The move is a significant extension of the suspension of debt repayments agreed by G20 and Paris Club governments early in the pandemic.

The debt service suspension initiative (DSSI), which has been in operation since May, initially allowed 73 of the world’s poorest countries to suspend payments on bilateral loans which fall due this year. Last month the DSSI was extended until June next year, with repayments spread over six years.

The new common framework announced on Friday aims to tackle longer-term debt sustainability problems in poor countries and attempts to deal with the problem of comparability of treatment among official and commercial creditors that has dogged the DSSI.

About 46 countries have asked bilateral lenders to suspend payments worth about $5bn this year via the DSSI, but none has asked the same of bondholders for fear of jeopardising their access to international bond markets.

Such issues have dogged negotiations over restructuring the debts of Zambia, for example, which is likely to fall into default on Friday after missing a bond payment last month. Creditors have complained of a lack of transparency and fear that any relief they grant will be used to pay other creditors rather than to address the country’s fiscal problems.

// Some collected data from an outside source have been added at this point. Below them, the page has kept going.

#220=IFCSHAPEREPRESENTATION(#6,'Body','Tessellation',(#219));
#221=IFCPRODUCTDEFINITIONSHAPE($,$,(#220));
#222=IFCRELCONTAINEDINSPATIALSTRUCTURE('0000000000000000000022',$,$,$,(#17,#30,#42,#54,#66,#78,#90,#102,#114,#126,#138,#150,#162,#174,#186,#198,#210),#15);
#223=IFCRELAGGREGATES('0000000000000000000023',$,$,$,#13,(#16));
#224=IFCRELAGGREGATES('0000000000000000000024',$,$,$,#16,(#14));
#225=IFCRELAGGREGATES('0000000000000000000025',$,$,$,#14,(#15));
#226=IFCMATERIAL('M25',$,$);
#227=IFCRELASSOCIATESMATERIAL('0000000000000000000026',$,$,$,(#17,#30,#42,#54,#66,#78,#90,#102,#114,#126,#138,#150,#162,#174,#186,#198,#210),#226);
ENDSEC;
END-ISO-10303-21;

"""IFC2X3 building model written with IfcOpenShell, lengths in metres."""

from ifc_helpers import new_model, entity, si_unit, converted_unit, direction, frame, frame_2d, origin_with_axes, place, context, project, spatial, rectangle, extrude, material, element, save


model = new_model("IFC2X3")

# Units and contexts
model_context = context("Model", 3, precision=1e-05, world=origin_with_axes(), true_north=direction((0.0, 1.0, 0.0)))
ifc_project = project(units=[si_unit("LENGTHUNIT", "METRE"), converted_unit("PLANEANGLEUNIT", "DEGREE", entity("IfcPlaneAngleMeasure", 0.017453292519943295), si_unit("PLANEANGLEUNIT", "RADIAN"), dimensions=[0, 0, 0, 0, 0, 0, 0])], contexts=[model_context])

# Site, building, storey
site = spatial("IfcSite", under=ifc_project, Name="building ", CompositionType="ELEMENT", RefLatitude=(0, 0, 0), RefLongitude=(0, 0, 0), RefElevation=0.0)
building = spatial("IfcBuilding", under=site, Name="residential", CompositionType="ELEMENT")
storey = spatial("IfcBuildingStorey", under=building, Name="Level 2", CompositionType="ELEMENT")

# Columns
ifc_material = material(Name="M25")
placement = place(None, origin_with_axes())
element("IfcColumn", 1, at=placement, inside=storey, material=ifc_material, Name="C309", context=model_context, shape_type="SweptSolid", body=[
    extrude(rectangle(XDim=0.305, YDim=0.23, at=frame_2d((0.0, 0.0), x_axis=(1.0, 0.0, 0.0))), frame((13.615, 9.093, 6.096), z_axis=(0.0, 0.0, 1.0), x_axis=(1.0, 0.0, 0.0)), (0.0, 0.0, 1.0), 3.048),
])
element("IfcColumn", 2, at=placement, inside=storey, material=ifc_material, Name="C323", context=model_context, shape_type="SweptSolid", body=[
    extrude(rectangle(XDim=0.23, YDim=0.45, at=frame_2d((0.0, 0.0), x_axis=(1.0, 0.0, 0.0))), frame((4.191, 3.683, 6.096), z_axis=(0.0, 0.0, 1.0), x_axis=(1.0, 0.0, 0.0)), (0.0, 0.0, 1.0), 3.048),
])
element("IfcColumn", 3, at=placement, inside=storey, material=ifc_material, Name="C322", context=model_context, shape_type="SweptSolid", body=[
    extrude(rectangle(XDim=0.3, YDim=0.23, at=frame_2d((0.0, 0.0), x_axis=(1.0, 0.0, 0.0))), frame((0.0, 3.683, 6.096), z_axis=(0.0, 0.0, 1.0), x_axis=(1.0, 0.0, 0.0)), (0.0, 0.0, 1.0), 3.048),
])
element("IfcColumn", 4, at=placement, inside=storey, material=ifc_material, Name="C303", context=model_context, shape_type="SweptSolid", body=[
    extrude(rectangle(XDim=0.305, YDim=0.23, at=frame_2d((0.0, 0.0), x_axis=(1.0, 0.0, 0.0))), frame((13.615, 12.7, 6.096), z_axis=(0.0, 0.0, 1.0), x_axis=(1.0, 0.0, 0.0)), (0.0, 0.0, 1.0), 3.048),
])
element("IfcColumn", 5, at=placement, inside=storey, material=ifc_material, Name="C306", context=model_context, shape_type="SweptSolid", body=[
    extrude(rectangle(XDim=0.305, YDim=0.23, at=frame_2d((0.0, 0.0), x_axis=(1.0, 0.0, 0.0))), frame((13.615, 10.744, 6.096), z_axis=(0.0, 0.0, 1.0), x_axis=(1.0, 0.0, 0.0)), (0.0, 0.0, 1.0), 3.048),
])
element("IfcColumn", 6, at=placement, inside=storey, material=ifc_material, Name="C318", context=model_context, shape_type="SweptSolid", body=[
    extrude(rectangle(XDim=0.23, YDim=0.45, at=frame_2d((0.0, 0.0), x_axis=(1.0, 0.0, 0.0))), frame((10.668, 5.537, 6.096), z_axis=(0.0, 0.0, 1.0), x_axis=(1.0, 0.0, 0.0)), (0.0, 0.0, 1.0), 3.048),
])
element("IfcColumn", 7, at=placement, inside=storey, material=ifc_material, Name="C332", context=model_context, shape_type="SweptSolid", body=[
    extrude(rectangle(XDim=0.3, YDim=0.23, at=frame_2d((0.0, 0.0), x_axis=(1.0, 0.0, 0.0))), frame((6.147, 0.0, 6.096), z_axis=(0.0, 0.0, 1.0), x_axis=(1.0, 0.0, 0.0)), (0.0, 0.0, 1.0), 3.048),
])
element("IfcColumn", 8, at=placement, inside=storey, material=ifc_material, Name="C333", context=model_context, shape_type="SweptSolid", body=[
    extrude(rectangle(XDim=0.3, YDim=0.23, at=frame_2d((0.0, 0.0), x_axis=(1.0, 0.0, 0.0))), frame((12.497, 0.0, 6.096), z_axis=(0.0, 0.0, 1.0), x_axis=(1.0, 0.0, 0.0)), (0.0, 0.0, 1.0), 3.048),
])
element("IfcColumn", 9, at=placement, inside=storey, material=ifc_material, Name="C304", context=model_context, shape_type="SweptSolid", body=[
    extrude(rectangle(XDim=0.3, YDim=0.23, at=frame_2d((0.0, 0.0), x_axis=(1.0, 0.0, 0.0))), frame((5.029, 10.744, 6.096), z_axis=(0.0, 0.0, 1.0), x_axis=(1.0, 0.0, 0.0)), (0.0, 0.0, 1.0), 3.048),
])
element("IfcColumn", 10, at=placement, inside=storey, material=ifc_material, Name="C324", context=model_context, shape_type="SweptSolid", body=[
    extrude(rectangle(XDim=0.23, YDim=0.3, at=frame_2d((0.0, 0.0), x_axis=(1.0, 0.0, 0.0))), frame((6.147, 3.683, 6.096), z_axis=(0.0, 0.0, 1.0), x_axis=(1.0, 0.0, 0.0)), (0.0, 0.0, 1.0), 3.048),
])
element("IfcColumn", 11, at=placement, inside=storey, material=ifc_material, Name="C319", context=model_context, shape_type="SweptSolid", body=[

Mohammed al-Jadaan, finance minister of Saudi Arabia, which holds the G20 presidency this year, called the framework “an unprecedented agreement and a major breakthrough in international debt agenda”.

Michael Hugman, a director at the Children’s Investment Fund Foundation, a philanthropic organisation, said it was “a positive step towards making the mechanism for debt treatment equal and open”.

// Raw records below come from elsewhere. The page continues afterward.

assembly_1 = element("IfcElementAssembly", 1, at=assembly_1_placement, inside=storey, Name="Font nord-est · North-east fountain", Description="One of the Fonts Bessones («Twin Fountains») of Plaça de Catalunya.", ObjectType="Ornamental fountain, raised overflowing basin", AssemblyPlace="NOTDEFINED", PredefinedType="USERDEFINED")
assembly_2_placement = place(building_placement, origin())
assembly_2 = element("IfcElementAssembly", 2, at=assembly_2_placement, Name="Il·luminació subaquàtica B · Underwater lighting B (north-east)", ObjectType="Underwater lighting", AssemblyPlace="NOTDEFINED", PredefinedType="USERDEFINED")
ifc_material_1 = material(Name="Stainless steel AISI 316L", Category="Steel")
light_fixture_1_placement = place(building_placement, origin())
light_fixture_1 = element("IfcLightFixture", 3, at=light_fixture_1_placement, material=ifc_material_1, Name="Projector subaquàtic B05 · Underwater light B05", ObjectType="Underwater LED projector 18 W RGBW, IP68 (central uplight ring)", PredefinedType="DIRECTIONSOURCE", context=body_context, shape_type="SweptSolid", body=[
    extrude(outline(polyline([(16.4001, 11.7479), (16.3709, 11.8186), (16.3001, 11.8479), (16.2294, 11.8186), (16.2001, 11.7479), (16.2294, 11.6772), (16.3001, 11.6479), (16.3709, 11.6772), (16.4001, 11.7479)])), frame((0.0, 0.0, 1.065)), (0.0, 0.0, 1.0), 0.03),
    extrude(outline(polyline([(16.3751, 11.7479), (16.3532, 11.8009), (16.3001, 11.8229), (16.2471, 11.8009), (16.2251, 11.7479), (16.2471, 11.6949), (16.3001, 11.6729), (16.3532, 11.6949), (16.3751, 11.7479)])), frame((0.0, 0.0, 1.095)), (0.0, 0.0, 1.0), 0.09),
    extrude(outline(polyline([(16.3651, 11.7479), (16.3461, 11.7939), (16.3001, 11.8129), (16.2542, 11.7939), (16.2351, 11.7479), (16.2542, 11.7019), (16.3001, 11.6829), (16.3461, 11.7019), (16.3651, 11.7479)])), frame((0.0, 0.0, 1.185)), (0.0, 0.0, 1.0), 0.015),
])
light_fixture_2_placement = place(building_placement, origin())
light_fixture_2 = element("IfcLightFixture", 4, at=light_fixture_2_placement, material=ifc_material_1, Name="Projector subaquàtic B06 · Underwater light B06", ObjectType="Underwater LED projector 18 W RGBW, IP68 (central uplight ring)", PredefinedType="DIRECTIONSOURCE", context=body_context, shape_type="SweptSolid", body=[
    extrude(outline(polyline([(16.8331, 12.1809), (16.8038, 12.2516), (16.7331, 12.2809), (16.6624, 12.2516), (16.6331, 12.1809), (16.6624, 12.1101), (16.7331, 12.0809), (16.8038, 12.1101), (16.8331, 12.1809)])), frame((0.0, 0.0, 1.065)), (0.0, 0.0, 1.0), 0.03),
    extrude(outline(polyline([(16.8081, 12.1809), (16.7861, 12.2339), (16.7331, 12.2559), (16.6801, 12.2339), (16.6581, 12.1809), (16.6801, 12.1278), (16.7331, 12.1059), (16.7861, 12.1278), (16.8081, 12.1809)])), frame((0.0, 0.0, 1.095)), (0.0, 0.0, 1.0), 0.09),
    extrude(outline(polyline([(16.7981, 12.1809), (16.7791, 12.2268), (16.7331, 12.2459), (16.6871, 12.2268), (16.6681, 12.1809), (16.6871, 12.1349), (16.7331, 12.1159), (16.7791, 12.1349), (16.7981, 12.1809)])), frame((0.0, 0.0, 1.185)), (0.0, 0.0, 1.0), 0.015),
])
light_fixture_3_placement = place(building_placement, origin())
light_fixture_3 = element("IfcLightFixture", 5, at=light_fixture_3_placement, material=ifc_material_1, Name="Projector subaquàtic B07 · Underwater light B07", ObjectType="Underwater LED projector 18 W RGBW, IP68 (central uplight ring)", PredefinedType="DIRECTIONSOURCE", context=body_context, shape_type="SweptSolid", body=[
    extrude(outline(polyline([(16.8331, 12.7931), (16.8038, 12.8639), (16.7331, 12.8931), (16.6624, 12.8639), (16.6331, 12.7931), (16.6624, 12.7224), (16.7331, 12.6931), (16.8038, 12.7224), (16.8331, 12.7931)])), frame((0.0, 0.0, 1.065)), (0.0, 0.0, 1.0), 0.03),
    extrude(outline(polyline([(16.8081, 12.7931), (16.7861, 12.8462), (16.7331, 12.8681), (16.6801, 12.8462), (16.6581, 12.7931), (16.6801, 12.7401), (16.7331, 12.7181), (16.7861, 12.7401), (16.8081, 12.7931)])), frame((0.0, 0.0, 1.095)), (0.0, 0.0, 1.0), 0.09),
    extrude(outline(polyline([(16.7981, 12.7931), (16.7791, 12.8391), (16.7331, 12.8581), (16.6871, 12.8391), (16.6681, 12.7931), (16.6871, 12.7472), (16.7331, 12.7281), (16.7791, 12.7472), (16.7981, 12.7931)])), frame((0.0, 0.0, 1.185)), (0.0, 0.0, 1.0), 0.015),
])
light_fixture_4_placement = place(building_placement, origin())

But others criticised the framework for failing to include some of the emerging economies which have been worst-hit by the pandemic.

“Unfortunately developing middle-income countries are excluded from this process as they face some of the highest poverty increases because of the coronavirus crisis,” said Eric LeCompte, director of Jubilee USA, which campaigns on poverty and debt.

The common framework has been under discussion for several months and had been due to be unveiled at a meeting of G20 finance ministers and central bankers last month, but agreement could not be reached in time.

The text published on Friday includes a clause that was added to earlier drafts seen by the Financial Times, promising to conduct negotiations “in an open and transparent manner” and to take into account the concerns of “all participant creditors and the debtor country”.

Debtor countries, along with some commercial creditors, have complained since the onset of the crisis that they were excluded from debt discussions at the G20 and the Paris Club.